▸ **WHAT YOU ARE ASKED TO DO**:
From the listing below, copy only the lines from the line that contains "#36=IFCSHAPEREPRESENTATION(#3,'Body','Tessellation',(#35));" to the line that contains "#40=IFCRELAGGREGATES('0000000000000000000009',$,$,$,#13,(#10));", counting those two lines as part of the copy.

▸ **SUPPLIED RECORDS**:
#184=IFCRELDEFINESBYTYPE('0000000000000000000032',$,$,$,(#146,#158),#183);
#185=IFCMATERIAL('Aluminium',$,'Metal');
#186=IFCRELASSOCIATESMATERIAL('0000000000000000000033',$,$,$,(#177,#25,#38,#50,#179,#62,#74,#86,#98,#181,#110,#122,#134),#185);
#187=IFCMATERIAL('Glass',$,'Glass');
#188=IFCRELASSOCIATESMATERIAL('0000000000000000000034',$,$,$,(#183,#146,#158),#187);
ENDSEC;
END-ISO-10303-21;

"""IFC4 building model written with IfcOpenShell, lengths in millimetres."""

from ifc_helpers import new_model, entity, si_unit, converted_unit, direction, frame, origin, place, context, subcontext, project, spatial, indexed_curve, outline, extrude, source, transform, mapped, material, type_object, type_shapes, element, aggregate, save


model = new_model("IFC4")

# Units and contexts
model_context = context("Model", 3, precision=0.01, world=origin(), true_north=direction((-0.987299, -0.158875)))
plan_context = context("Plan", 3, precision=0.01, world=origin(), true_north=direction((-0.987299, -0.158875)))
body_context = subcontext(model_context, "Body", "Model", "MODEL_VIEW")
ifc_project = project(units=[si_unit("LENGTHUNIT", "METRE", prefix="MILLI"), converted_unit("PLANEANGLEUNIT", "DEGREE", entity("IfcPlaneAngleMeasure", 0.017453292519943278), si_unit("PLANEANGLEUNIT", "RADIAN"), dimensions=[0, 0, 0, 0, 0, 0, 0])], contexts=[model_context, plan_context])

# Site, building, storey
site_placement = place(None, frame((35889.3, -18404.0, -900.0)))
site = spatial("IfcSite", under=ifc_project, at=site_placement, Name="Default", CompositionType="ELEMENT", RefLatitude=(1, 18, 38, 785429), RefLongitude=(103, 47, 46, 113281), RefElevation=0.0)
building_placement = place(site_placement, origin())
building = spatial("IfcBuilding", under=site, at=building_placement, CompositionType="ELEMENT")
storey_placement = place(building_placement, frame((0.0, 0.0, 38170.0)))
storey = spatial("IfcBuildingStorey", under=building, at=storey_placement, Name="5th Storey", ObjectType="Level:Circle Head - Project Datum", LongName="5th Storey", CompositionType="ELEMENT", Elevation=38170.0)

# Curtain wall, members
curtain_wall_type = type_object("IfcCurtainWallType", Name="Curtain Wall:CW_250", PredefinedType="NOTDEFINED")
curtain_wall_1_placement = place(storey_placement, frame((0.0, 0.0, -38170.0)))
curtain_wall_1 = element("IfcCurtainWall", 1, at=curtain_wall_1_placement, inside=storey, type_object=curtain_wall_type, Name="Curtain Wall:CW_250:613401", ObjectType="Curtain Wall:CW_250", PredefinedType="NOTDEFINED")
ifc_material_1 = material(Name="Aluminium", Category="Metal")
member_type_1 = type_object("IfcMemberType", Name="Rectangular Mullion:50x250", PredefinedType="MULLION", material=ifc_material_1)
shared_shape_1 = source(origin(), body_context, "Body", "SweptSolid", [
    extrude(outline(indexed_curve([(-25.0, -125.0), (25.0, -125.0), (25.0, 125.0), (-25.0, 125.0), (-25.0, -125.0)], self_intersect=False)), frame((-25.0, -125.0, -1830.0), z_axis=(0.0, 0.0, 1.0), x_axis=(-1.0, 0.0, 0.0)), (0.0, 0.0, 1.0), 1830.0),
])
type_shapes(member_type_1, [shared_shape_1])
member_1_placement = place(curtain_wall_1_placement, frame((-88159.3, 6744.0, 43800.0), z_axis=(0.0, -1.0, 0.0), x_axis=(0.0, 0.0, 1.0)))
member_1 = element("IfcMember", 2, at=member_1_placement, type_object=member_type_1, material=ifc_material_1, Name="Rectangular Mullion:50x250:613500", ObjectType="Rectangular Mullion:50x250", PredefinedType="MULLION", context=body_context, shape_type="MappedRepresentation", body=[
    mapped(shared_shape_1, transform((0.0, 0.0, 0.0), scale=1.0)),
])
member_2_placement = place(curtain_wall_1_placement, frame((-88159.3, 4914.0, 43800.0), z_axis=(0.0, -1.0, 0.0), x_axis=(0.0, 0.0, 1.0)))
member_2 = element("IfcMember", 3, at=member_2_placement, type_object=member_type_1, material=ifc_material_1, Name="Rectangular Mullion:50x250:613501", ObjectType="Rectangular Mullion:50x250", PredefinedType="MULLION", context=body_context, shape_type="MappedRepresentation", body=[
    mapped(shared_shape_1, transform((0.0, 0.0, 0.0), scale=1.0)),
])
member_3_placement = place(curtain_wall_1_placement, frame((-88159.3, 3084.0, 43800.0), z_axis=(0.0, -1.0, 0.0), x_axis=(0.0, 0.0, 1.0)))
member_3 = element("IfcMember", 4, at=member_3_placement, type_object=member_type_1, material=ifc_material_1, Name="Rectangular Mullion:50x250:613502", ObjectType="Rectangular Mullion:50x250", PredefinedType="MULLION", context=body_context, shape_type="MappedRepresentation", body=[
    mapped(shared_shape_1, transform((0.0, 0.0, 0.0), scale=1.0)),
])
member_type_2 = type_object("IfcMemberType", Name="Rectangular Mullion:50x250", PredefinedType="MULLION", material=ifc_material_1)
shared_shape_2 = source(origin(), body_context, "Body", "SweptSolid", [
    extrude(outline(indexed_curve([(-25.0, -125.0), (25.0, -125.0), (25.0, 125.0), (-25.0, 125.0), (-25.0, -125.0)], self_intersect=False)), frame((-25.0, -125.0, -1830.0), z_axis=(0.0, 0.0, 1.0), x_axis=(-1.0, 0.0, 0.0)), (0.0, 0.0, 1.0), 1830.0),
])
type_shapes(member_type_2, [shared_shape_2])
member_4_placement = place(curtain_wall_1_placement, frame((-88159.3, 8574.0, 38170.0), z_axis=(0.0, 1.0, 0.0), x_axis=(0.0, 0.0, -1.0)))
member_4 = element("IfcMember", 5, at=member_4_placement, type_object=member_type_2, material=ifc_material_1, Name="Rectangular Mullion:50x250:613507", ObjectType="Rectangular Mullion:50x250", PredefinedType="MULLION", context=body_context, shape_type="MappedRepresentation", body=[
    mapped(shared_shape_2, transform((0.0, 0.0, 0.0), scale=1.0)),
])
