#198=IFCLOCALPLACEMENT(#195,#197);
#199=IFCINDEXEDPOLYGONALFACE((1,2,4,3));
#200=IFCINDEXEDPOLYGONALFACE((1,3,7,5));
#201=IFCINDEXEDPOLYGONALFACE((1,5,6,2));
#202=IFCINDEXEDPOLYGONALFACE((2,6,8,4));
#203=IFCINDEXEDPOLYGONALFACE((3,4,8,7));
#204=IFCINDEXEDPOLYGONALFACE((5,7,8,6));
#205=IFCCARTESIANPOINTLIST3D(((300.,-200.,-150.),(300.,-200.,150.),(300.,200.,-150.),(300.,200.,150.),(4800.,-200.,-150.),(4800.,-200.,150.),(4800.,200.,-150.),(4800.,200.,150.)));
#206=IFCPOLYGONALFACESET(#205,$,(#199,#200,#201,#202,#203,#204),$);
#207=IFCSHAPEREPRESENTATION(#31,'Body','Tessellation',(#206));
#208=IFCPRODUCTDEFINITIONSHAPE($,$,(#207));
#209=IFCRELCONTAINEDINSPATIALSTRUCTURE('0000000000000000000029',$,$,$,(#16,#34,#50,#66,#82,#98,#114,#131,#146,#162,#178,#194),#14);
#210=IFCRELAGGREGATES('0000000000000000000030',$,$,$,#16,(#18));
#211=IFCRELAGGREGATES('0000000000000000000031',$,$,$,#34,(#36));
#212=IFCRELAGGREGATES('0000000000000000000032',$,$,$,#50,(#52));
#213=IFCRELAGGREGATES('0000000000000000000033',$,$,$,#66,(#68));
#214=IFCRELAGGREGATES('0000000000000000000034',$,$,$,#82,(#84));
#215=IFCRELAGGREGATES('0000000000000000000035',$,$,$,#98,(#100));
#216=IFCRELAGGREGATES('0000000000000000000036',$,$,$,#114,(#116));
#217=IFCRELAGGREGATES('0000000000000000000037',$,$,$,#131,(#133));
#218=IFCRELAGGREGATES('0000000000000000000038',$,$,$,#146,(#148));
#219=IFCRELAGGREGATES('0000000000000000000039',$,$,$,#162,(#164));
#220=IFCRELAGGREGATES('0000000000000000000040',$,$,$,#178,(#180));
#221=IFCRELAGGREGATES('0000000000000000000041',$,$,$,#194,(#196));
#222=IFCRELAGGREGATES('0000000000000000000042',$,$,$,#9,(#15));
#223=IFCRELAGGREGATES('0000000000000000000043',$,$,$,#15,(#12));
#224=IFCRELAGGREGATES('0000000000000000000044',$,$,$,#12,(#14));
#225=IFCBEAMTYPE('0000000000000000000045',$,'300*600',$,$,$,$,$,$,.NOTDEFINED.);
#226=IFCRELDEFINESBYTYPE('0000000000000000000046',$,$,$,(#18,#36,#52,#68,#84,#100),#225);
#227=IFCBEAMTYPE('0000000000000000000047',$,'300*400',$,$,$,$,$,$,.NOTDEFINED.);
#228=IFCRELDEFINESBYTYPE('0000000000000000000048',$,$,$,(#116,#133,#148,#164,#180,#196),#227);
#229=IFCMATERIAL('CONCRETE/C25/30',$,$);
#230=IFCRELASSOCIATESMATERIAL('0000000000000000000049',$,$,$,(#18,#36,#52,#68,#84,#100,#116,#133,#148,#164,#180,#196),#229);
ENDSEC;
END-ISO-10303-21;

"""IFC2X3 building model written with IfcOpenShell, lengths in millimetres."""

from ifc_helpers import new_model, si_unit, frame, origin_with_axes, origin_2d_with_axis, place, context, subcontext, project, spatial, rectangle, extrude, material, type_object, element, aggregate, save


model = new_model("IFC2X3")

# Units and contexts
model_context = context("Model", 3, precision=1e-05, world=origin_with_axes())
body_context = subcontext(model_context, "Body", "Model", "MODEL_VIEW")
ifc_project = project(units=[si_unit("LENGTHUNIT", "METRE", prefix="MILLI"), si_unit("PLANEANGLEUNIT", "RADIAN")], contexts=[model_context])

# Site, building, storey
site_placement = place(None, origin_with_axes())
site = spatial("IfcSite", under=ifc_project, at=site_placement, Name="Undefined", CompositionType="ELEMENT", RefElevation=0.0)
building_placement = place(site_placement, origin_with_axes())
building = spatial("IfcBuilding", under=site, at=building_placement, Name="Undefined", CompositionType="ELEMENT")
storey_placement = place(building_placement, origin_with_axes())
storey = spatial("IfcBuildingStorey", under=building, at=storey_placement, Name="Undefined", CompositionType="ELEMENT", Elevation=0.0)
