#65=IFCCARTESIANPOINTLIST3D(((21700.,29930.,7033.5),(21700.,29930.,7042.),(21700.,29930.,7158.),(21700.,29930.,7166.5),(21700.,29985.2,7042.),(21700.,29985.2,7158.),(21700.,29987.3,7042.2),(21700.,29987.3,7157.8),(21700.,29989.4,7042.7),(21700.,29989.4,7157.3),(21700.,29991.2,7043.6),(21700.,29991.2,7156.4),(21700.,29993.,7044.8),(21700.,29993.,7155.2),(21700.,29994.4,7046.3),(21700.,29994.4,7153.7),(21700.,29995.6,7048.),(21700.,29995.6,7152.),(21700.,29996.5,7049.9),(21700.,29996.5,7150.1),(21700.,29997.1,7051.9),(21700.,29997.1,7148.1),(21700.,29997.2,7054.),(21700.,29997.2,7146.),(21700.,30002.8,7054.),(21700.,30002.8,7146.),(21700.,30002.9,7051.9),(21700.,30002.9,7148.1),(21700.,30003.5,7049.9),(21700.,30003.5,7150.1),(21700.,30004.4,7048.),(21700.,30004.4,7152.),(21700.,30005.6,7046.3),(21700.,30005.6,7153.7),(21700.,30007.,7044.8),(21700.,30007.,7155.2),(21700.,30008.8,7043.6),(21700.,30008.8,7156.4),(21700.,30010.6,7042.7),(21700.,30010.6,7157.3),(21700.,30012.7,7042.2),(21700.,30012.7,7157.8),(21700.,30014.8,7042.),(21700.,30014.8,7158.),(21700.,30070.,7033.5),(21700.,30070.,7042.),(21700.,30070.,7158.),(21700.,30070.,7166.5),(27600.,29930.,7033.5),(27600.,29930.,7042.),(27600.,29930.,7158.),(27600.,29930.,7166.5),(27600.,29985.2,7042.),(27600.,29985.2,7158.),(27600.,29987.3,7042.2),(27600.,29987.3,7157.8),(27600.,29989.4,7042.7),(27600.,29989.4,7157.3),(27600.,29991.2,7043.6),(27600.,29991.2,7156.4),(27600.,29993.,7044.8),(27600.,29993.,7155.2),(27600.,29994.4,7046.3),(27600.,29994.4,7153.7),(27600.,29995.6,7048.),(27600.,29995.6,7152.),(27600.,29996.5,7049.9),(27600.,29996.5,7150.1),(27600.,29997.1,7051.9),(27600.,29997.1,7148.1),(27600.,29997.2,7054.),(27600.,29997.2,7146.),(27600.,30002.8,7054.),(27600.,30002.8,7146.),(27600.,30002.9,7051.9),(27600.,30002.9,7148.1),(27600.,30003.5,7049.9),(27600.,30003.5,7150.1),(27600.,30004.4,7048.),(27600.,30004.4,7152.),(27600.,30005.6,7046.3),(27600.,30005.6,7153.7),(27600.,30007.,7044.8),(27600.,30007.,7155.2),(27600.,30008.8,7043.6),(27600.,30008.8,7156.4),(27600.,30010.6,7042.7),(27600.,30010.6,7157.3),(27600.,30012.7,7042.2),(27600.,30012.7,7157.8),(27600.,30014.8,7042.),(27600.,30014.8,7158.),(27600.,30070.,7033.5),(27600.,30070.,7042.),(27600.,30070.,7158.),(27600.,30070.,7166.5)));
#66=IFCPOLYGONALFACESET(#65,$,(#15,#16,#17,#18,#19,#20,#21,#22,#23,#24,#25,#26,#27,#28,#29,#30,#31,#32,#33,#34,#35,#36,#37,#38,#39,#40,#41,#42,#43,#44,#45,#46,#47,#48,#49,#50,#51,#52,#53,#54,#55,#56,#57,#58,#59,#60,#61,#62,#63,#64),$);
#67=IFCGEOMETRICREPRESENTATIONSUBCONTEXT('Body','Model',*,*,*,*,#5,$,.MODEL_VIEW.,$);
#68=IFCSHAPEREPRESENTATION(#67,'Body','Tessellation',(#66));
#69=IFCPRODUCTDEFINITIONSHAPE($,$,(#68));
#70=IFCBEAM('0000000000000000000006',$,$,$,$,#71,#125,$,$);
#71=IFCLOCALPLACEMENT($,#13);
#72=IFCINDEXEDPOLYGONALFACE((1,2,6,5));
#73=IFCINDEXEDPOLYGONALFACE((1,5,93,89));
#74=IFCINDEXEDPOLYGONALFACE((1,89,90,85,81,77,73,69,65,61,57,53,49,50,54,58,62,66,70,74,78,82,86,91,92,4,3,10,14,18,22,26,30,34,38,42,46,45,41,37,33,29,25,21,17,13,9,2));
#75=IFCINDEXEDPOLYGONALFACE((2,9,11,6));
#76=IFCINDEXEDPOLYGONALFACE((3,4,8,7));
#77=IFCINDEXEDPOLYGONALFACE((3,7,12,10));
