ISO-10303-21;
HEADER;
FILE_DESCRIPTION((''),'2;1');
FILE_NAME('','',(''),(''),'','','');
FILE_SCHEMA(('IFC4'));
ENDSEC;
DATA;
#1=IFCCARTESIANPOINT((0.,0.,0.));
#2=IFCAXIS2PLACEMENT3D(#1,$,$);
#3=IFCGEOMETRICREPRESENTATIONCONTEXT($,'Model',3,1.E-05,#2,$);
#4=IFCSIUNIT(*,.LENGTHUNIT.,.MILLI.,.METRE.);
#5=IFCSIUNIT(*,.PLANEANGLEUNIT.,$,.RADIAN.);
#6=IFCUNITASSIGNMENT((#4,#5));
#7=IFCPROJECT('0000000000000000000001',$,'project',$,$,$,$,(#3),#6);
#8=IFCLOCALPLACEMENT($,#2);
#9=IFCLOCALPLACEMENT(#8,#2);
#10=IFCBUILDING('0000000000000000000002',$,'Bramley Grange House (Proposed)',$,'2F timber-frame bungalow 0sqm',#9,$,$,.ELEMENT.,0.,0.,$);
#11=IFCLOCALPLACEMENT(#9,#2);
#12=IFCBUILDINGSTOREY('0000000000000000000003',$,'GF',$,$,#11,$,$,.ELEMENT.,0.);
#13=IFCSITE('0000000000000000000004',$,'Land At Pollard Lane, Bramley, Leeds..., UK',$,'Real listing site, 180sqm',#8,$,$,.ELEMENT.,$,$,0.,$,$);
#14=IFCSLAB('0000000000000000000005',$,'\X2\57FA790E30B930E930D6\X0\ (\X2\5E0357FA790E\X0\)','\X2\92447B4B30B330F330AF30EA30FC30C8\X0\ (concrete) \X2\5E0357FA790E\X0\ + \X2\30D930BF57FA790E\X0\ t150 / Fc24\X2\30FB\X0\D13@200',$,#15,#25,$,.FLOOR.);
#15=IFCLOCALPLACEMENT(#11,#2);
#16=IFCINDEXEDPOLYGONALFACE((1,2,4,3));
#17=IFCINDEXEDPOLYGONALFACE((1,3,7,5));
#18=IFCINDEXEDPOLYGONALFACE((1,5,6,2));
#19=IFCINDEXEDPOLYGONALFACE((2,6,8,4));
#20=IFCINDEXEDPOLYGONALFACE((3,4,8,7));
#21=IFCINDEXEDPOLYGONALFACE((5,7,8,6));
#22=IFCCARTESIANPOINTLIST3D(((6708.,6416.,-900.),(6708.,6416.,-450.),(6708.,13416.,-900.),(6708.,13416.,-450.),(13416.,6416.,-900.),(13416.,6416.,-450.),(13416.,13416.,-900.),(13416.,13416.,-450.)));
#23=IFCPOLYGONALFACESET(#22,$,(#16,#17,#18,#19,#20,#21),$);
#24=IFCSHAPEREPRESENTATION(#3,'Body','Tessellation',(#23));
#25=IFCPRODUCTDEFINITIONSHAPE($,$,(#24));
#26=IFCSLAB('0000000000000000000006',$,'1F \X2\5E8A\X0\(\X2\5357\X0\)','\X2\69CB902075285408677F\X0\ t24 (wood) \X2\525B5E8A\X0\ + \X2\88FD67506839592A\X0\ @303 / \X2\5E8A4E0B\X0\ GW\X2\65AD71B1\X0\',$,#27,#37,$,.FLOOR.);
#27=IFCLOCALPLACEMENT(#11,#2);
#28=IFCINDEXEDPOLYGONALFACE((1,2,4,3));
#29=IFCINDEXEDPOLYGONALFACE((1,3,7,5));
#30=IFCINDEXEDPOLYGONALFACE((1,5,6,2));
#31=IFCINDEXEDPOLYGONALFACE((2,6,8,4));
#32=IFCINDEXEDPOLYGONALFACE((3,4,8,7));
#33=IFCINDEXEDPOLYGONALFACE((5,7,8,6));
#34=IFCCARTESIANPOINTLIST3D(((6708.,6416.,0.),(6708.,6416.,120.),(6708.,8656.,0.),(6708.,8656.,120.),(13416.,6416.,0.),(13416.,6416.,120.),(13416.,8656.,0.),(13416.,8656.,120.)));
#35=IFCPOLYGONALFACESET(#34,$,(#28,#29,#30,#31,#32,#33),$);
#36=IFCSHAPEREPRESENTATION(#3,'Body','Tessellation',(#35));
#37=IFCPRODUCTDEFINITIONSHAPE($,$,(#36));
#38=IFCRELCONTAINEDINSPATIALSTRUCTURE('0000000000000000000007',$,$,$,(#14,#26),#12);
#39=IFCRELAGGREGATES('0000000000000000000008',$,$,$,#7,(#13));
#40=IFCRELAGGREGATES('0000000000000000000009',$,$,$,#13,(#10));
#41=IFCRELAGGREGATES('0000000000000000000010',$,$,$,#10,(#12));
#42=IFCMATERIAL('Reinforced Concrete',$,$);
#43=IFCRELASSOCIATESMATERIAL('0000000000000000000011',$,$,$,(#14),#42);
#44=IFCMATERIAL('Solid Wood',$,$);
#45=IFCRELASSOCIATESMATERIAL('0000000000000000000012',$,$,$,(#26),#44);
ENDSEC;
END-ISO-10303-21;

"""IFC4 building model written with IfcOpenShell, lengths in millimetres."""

from ifc_helpers import new_model, si_unit, frame, frame_2d, origin, place, context, project, spatial, rectangle, extrude, material, element, save


model = new_model("IFC4")

# Units and contexts
model_context = context("Model", 3, precision=1e-05, world=origin())
ifc_project = project(units=[si_unit("LENGTHUNIT", "METRE", prefix="MILLI"), si_unit("PLANEANGLEUNIT", "RADIAN")], contexts=[model_context])

# Site, building, storey
site_placement = place(None, origin())
site = spatial("IfcSite", under=ifc_project, at=site_placement, Name="Land At Pollard Lane, Bramley, Leeds..., UK", ObjectType="Real listing site, 180sqm", CompositionType="ELEMENT", RefElevation=0.0)
building_placement = place(site_placement, origin())
building = spatial("IfcBuilding", under=site, at=building_placement, Name="Bramley Grange House (Proposed)", ObjectType="2F timber-frame bungalow 0sqm", CompositionType="ELEMENT", ElevationOfRefHeight=0.0, ElevationOfTerrain=0.0)
storey_placement = place(building_placement, origin())
storey = spatial("IfcBuildingStorey", under=building, at=storey_placement, Name="GF", CompositionType="ELEMENT", Elevation=0.0)

# Slabs
ifc_material_1 = material(Name="Reinforced Concrete")
slab_1_placement = place(storey_placement, frame((3354.0, 3208.0, -450.0)))
element("IfcSlab", 1, at=slab_1_placement, inside=storey, material=ifc_material_1, Name="基礎スラブ (布基礎)", Description="鉄筋コンクリート (concrete) 布基礎 + ベタ基礎 t150 / Fc24・D13@200", PredefinedType="FLOOR", context=model_context, shape_type="SweptSolid", body=[
    extrude(rectangle(XDim=6708.0, YDim=7000.0, at=frame_2d((3354.0, 3500.0))), frame((3354.0, 3208.0, -450.0)), (0.0, 0.0, 1.0), 450.0),
])
ifc_material_2 = material(Name="Solid Wood")
slab_2_placement = place(storey_placement, frame((3354.0, 3208.0, 0.0)))
element("IfcSlab", 2, at=slab_2_placement, inside=storey, material=ifc_material_2, Name="1F 床(南)", Description="構造用合板 t24 (wood) 剛床 + 製材根太 @303 / 床下 GW断熱", PredefinedType="FLOOR", context=model_context, shape_type="SweptSolid", body=[
    extrude(rectangle(XDim=6708.0, YDim=2240.0, at=frame_2d((3354.0, 1120.0))), frame((3354.0, 3208.0, 0.0)), (0.0, 0.0, 1.0), 120.0),
])

save(model, "model.ifc")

▸ **TASK RESULT**:
#36=IFCSHAPEREPRESENTATION(#3,'Body','Tessellation',(#35));
#37=IFCPRODUCTDEFINITIONSHAPE($,$,(#36));
#38=IFCRELCONTAINEDINSPATIALSTRUCTURE('0000000000000000000007',$,$,$,(#14,#26),#12);
#39=IFCRELAGGREGATES('0000000000000000000008',$,$,$,#7,(#13));
#40=IFCRELAGGREGATES('0000000000000000000009',$,$,$,#13,(#10));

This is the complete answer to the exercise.